Assignment |
Look through the listing for the string "IFCRELDEFINESBYTYPE" and copy out every line that holds it.

Available data |
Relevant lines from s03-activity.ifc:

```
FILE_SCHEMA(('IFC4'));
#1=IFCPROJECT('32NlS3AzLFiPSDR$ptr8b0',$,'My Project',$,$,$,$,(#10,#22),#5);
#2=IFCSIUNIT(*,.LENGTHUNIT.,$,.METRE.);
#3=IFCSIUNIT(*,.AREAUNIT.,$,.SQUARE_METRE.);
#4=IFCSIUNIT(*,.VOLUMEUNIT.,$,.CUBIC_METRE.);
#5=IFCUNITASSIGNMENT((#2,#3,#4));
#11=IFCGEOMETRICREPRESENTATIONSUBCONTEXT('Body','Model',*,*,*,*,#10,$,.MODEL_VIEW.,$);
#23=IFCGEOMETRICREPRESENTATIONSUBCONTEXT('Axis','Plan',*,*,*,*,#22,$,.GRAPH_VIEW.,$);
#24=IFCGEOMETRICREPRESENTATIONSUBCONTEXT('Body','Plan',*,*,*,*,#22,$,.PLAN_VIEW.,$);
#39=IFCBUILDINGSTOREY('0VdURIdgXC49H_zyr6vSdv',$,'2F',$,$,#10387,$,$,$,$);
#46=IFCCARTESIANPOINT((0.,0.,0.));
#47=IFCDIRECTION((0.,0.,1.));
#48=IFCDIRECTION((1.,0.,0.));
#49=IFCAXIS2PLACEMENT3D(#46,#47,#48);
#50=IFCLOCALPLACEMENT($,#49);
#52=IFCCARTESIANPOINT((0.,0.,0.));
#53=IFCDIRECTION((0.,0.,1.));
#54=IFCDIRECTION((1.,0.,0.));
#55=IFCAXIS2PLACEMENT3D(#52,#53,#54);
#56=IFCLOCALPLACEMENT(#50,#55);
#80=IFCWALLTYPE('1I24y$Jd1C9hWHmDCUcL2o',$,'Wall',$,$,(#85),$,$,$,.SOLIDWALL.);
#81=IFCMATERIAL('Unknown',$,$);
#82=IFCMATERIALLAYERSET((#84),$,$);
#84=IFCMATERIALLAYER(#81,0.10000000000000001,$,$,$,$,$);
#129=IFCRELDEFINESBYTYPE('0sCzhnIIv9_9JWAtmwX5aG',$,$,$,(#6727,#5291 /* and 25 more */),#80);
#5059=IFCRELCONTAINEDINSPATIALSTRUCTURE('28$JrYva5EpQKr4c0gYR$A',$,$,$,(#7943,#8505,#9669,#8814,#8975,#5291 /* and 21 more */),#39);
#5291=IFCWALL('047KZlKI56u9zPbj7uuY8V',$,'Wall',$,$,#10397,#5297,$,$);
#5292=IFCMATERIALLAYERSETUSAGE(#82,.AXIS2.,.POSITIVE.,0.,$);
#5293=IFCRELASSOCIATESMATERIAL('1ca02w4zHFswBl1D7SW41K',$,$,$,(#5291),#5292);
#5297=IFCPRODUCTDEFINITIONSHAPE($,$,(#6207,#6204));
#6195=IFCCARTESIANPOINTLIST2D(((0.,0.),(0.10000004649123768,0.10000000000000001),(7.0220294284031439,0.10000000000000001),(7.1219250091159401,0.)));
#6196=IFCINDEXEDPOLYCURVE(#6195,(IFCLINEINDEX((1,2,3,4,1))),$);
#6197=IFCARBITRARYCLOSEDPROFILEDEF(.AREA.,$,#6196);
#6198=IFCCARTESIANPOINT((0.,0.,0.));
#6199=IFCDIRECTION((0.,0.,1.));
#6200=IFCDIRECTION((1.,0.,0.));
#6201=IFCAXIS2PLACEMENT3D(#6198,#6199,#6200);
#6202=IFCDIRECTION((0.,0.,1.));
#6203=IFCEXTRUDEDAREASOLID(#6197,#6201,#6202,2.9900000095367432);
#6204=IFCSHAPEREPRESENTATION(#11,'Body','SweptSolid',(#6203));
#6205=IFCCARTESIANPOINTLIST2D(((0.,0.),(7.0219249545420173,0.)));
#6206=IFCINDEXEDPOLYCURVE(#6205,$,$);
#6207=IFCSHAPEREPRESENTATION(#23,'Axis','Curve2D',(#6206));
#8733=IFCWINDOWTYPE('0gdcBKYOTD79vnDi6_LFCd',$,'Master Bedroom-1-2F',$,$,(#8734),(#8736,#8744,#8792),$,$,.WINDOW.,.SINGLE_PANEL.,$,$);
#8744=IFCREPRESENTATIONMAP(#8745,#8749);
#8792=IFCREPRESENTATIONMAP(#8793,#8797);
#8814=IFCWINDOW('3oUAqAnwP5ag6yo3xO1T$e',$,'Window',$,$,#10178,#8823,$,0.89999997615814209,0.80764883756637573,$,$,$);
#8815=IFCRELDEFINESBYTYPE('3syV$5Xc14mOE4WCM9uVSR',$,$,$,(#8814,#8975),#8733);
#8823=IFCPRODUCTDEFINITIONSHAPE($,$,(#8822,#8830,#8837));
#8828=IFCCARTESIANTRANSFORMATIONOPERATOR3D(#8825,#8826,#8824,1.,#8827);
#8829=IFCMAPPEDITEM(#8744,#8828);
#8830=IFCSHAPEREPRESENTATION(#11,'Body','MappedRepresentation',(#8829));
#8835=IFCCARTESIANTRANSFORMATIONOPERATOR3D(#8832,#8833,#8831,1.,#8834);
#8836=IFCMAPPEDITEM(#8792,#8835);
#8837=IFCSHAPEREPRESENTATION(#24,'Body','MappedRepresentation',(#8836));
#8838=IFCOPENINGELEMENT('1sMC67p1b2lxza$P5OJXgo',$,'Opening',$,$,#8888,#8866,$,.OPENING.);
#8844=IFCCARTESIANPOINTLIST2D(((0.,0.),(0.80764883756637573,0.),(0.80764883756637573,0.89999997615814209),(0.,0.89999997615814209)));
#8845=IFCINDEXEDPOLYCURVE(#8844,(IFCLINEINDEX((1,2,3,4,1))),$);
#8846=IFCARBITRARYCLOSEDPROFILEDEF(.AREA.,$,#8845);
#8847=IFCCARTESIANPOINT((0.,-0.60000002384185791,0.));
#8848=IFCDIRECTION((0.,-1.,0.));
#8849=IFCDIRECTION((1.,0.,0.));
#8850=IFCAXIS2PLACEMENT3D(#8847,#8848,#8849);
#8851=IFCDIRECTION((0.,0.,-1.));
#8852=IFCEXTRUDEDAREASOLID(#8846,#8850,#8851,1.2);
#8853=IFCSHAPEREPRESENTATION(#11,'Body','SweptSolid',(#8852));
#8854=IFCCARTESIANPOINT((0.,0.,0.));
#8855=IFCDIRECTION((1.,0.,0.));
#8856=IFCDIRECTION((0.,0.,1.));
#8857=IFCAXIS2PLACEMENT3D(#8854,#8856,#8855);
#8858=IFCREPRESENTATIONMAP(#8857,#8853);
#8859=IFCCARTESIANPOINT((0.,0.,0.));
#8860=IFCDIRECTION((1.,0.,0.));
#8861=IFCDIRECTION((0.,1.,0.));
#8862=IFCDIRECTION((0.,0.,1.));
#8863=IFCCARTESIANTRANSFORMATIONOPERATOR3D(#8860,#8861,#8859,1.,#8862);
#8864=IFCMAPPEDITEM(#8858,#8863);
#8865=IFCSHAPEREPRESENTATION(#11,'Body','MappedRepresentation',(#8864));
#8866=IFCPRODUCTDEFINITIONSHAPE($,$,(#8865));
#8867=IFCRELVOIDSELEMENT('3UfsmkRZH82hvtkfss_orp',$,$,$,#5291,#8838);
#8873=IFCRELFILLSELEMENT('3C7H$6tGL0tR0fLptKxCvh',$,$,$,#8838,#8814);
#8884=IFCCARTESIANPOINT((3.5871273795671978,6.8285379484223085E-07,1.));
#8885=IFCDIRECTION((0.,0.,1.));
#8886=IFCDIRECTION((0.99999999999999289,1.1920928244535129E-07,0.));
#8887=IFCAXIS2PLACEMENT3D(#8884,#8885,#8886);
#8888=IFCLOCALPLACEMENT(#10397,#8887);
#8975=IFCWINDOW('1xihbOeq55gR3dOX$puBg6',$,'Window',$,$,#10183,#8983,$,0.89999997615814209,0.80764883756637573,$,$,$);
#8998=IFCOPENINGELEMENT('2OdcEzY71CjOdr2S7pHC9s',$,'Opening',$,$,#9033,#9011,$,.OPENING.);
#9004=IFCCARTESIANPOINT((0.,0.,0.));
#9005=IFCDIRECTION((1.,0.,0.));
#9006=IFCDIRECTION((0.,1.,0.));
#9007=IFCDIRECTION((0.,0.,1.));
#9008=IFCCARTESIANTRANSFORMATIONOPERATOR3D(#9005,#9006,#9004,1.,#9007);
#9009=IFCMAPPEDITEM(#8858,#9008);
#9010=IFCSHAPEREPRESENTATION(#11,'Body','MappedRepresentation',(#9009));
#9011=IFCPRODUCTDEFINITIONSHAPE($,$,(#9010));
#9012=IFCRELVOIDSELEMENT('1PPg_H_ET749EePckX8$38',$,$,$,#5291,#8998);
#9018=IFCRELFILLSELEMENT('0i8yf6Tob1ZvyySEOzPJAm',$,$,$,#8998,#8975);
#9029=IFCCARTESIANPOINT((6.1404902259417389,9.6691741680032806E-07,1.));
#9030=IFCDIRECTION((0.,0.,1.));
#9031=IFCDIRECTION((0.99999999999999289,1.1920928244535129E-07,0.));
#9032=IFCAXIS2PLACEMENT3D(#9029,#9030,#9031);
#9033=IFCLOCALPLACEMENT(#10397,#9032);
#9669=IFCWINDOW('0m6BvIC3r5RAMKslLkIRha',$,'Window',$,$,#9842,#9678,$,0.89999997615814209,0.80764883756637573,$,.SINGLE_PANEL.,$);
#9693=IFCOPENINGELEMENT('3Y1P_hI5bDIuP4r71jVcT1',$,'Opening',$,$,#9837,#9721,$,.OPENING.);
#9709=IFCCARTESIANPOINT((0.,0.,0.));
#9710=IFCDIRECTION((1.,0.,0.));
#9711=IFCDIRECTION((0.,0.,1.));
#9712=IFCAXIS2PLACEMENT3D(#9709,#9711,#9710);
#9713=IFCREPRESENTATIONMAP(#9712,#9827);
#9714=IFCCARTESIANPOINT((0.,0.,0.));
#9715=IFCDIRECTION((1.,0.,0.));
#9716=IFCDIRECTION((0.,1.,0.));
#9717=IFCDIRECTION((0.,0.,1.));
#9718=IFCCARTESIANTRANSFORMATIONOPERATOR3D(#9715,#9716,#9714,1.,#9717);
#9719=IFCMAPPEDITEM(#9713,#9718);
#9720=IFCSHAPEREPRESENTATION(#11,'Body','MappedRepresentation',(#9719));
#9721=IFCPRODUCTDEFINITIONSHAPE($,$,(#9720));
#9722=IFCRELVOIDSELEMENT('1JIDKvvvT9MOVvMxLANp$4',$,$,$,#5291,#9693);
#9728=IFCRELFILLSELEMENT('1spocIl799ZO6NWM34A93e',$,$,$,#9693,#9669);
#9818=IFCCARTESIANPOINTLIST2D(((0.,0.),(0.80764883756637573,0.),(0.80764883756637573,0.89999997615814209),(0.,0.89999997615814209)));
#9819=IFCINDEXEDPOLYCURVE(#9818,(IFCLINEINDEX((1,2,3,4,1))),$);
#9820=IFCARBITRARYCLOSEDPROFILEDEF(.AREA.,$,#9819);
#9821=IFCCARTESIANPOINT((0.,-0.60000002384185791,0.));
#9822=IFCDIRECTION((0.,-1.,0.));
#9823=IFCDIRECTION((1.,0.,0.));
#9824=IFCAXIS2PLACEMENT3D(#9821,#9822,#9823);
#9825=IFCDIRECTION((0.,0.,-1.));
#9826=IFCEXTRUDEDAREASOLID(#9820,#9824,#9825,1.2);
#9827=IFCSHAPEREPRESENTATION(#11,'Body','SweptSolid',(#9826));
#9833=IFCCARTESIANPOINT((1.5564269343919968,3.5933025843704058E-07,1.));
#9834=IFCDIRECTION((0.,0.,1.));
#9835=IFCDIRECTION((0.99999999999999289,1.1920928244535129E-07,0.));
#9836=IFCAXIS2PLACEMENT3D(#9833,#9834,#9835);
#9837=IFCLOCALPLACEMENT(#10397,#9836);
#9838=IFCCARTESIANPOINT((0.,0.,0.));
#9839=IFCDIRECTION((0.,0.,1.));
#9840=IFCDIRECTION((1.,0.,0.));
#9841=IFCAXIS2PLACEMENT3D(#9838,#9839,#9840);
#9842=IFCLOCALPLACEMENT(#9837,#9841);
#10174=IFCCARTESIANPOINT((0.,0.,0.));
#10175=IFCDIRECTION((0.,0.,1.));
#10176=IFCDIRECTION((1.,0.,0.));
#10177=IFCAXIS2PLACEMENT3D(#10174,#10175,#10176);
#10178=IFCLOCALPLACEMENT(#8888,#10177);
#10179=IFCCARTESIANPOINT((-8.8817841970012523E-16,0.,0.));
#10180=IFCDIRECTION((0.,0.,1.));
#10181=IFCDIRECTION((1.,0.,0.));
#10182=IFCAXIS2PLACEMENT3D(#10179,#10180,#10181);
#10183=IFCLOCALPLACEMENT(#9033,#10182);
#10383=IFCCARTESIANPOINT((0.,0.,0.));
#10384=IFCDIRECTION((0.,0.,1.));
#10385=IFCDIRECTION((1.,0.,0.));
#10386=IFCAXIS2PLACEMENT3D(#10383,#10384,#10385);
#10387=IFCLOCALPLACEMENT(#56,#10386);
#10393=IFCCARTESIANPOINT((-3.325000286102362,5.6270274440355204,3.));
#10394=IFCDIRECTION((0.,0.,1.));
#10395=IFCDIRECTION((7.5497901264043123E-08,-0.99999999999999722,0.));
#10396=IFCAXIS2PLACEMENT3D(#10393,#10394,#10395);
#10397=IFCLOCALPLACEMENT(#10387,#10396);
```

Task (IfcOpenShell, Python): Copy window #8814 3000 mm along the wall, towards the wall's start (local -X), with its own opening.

```python
import ifcopenshell
import ifcopenshell.api.feature
import ifcopenshell.api.geometry
import ifcopenshell.api.root
import ifcopenshell.geom
import ifcopenshell.util.element
import ifcopenshell.util.placement
import ifcopenshell.util.shape

model = ifcopenshell.open("s03-activity.ifc")
settings = ifcopenshell.geom.settings()


def volume(element):
    """Net volume in cubic metres, openings subtracted."""
    shape = ifcopenshell.geom.create_shape(settings, element)
    return ifcopenshell.util.shape.get_volume(shape.geometry)


window = model.by_guid("3oUAqAnwP5ag6yo3xO1T$e")
opening = window.FillsVoids[0].RelatingOpeningElement
wall = opening.VoidsElements[0].RelatingBuildingElement
before = volume(wall)
shift = ifcopenshell.util.placement.get_local_placement(wall.ObjectPlacement)[:3, 0] * -3.0

# copy_class copies the void relationship, type, container and properties, but no geometry.
new_opening = ifcopenshell.api.root.copy_class(model, product=opening)
new_opening.Representation = ifcopenshell.util.element.copy_deep(
    model, opening.Representation, exclude=["IfcGeometricRepresentationContext", "IfcRepresentationMap"]
)
new_window = ifcopenshell.api.root.copy_class(model, product=window)
new_window.Representation = ifcopenshell.util.element.copy_deep(
    model, window.Representation, exclude=["IfcGeometricRepresentationContext", "IfcRepresentationMap"]
)
ifcopenshell.api.feature.add_filling(model, opening=new_opening, element=new_window)

for old, new in ((opening, new_opening), (window, new_window)):
    matrix = ifcopenshell.util.placement.get_local_placement(old.ObjectPlacement)
    matrix[:3, 3] += shift
    ifcopenshell.api.geometry.edit_object_placement(model, product=new, matrix=matrix, is_si=False)

after = volume(wall)

print(f"wall volume {before:.3f} -> {after:.3f} m3")

model.write("s03-activity_rev.ifc")
```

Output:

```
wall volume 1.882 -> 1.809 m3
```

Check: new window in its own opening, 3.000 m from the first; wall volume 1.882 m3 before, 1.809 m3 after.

Your response |
#129=IFCRELDEFINESBYTYPE('0sCzhnIIv9_9JWAtmwX5aG',$,$,$,(#6727,#5291 /* and 25 more */),#80);
#8815=IFCRELDEFINESBYTYPE('3syV$5Xc14mOE4WCM9uVSR',$,$,$,(#8814,#8975),#8733);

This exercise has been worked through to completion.